Did you know Study Reveals ChatGPT-4's Remarkable 'Theory of Mind' Abilities, Outperforming Previous Models
A new study published in Proceedings of the National Academy of Sciences reveals
that many large language models (LLMs) like ChatGPT are showing “theory
of mind” abilities which are seen in humans. While testing ChatGPT-4,
the researchers found that it can perform 75% of the tasks that a six
year old can too.

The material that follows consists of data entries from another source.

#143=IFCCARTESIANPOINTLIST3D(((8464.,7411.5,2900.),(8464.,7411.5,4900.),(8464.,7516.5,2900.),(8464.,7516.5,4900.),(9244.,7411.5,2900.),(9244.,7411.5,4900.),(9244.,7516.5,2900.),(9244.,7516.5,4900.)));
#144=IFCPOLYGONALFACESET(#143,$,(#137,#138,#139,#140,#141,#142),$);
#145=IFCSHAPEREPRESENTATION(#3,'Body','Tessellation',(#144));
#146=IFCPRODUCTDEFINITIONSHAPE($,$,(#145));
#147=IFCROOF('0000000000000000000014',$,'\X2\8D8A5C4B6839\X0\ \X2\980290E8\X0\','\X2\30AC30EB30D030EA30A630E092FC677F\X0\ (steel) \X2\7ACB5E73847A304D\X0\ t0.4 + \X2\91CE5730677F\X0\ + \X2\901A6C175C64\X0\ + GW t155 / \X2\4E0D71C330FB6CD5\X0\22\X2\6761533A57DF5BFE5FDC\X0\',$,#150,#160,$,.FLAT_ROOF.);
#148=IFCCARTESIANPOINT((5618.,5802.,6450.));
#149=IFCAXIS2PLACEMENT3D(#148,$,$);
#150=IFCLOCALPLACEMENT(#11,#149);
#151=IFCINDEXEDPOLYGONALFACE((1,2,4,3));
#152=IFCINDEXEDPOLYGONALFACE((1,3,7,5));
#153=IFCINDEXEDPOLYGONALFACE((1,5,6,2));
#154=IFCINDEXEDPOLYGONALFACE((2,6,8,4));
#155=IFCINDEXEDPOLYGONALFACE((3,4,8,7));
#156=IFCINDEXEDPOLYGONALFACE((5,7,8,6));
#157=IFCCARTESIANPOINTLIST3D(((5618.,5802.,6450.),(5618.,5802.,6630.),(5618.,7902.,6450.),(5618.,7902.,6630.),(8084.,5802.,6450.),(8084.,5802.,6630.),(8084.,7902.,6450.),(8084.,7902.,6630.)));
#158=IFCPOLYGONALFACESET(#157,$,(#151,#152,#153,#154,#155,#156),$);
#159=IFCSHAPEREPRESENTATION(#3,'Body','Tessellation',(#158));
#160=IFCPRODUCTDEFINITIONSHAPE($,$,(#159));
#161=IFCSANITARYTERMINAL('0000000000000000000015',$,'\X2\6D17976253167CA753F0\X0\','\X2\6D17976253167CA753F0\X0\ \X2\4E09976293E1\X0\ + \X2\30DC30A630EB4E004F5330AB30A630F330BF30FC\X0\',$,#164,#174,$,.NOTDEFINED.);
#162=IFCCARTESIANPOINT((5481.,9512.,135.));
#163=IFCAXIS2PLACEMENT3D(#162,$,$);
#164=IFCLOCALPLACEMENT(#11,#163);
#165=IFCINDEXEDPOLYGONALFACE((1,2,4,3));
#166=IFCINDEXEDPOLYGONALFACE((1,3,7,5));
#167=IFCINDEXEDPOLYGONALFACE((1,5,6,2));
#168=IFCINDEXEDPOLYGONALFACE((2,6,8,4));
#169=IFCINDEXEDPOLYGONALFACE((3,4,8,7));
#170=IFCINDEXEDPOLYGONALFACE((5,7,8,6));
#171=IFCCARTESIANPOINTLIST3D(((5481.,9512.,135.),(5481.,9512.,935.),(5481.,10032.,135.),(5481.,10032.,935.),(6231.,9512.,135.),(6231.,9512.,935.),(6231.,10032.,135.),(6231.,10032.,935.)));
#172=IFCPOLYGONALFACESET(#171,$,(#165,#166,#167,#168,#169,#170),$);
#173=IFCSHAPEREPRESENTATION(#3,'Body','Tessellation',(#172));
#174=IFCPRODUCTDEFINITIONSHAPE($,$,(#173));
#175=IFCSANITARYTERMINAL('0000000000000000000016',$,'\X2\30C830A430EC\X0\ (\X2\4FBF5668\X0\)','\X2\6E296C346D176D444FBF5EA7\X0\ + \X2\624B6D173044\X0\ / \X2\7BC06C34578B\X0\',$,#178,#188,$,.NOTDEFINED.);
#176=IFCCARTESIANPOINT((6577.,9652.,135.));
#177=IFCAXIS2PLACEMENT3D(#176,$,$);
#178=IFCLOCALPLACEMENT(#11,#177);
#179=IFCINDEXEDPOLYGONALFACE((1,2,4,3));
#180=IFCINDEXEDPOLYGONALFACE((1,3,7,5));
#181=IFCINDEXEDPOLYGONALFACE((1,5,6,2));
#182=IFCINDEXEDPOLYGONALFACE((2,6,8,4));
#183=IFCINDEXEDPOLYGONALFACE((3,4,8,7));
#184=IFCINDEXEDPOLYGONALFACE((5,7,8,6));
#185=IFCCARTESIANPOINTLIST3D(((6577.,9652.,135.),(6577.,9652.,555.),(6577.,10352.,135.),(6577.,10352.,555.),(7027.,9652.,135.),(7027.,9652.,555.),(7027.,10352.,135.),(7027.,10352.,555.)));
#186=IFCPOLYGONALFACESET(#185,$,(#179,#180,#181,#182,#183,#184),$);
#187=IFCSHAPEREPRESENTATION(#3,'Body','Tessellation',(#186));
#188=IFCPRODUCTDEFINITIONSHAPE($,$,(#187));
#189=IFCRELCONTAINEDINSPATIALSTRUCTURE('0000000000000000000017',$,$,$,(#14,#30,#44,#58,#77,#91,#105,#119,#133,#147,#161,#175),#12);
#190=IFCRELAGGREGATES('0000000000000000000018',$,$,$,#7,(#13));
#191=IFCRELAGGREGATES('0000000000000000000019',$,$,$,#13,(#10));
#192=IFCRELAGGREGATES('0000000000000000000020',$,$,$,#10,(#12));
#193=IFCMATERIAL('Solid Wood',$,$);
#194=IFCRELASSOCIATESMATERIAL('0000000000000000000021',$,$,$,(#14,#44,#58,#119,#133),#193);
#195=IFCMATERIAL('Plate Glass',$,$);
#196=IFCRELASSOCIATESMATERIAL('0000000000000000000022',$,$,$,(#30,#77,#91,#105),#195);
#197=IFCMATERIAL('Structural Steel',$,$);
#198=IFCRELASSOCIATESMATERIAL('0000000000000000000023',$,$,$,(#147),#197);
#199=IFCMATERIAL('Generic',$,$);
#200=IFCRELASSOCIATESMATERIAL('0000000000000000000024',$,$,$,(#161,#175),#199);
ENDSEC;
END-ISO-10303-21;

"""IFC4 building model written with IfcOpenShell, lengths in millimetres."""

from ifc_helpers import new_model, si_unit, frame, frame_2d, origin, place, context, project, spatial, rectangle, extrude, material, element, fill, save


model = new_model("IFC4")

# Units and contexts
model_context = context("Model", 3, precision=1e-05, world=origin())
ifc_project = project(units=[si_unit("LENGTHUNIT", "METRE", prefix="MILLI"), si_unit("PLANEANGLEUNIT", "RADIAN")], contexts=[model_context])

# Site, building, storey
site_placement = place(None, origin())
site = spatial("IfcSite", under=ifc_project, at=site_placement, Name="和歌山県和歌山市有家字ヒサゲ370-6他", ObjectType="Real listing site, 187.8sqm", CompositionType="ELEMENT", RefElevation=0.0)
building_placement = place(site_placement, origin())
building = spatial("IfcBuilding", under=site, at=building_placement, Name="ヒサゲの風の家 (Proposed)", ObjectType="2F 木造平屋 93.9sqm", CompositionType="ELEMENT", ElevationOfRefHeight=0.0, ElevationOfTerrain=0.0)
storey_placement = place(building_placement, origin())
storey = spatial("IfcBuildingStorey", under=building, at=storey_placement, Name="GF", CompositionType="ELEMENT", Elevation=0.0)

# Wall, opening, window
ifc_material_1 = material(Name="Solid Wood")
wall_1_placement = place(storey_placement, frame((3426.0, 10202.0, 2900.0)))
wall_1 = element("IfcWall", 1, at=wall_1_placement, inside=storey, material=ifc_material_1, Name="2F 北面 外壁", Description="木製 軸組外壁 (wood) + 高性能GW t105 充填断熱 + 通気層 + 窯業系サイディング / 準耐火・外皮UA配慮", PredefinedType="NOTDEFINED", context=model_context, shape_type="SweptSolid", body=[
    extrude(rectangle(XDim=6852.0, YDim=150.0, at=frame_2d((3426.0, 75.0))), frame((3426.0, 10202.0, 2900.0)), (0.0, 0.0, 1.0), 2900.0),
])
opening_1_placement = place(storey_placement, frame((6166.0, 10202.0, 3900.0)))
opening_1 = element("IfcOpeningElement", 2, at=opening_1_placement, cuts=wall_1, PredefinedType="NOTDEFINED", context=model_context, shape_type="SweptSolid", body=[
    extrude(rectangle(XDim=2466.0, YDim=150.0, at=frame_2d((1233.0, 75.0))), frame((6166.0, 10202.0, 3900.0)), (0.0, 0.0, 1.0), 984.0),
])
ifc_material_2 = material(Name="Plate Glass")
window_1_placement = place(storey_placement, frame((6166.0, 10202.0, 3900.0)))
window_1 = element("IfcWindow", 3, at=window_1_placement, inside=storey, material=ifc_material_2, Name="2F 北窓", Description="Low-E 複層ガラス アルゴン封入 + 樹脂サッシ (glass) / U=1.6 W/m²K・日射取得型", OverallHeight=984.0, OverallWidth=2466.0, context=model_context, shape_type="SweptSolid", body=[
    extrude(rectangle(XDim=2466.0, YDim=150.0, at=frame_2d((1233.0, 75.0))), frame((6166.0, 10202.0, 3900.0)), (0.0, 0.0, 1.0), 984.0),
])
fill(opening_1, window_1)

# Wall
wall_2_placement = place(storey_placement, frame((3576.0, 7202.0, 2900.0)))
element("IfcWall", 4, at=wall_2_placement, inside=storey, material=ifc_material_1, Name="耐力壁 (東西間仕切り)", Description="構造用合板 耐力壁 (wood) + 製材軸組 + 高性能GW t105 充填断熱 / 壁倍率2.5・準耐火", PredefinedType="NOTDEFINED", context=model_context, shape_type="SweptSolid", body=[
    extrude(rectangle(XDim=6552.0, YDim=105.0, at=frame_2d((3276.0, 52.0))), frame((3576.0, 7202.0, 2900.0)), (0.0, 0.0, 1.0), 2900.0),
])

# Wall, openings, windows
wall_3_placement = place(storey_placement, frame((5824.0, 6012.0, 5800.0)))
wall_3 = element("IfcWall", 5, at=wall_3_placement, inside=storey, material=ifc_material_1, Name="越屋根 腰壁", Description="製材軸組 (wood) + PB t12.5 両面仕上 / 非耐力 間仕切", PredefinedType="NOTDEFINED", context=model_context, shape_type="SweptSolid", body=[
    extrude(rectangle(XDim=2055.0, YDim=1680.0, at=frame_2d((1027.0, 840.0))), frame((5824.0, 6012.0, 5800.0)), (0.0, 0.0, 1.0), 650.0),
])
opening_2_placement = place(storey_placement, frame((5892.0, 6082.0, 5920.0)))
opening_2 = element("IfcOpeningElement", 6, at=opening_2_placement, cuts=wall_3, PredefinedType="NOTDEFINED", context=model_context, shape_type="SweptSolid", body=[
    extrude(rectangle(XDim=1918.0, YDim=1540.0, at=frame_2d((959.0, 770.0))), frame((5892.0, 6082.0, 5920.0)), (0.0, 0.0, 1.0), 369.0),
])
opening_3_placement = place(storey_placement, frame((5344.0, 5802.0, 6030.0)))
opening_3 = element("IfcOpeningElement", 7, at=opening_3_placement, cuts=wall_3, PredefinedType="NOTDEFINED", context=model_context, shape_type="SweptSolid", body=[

This shows that LLMs are showing improvement in their
reasoning abilities. Theory of mind refers to the ability of humans to
understand beliefs, emotions and mental states of other people, and then
they interact with them on the basis of that. In humans, this ability
is developed in their early childhood and continues to develop
throughout their lives.
The researcher, Michal Kosinski, said
that LLMs can predict preferences of users based on what websites they
visits, what products they purchases, their music choices and other
behavioral data. While predicting the behaviors, it is also important to
know the psychological processes of the individuals. For the study on
LLMs, the researcher used a false-belief task, a psychological test, to
understand the ability of LLMs to predict responses.
Two types of
tasks, the Unexpected Contents task and the Unexpected Transfer task,
were used for the false-belief test. In the Unexpected Contents task, a
subject sees an object with a misleading title and assumes the
misleading title to be accurate. In an Unexpected Transfer task, an
object gets moved without the subject knowing and the subject searches
for the object in the same place. The LLMs tested had to predict and
conclude what a human would do if he encountered these two situations.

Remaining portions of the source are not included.